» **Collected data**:
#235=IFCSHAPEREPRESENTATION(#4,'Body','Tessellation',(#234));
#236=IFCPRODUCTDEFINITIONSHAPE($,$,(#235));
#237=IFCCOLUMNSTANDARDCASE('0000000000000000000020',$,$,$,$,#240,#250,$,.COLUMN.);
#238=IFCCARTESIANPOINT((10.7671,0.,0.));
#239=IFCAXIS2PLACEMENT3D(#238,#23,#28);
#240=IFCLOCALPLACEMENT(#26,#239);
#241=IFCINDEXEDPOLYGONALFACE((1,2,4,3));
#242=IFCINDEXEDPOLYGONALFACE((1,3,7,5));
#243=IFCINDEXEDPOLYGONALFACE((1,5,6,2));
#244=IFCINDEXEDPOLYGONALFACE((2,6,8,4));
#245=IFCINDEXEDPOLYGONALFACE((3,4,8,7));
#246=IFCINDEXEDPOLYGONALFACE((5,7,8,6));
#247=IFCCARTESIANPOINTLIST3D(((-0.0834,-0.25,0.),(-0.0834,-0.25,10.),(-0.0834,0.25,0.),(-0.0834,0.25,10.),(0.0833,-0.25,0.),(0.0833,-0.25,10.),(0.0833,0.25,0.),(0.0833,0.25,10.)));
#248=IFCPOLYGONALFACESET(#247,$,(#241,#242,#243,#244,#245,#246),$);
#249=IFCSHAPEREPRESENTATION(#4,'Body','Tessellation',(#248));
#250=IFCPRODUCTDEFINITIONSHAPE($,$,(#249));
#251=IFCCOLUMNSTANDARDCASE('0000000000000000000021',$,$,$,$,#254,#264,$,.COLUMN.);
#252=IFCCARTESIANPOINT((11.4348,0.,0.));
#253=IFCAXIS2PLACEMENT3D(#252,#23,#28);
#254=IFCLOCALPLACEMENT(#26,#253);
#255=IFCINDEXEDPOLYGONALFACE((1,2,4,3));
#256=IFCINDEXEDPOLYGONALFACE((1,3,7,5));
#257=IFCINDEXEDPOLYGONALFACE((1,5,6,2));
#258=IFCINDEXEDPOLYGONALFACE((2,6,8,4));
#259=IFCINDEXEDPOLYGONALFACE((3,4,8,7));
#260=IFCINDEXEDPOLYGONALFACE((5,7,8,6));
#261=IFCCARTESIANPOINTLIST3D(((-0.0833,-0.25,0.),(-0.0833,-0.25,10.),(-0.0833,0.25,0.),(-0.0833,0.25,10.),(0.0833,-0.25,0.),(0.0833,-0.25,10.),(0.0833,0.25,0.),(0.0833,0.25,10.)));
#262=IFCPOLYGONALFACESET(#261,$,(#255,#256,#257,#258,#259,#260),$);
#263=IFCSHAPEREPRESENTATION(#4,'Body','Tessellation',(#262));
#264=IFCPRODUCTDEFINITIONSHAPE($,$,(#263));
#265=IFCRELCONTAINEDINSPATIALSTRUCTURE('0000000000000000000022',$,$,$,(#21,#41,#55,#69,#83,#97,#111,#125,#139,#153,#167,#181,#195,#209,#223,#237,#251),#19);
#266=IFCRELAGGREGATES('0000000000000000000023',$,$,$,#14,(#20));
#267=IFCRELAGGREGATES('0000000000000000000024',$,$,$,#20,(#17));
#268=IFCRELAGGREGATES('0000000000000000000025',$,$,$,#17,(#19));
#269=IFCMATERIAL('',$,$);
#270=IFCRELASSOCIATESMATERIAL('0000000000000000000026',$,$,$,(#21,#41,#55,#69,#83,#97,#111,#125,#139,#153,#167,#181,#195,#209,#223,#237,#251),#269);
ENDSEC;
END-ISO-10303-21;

» **Instructions to follow**: From the records above, quote only the lines running from the line with "#241=IFCINDEXEDPOLYGONALFACE((1,2,4,3));" to the line with "#246=IFCINDEXEDPOLYGONALFACE((5,7,8,6));", both lines included.

» **Finished task**:
#241=IFCINDEXEDPOLYGONALFACE((1,2,4,3));
#242=IFCINDEXEDPOLYGONALFACE((1,3,7,5));
#243=IFCINDEXEDPOLYGONALFACE((1,5,6,2));
#244=IFCINDEXEDPOLYGONALFACE((2,6,8,4));
#245=IFCINDEXEDPOLYGONALFACE((3,4,8,7));
#246=IFCINDEXEDPOLYGONALFACE((5,7,8,6));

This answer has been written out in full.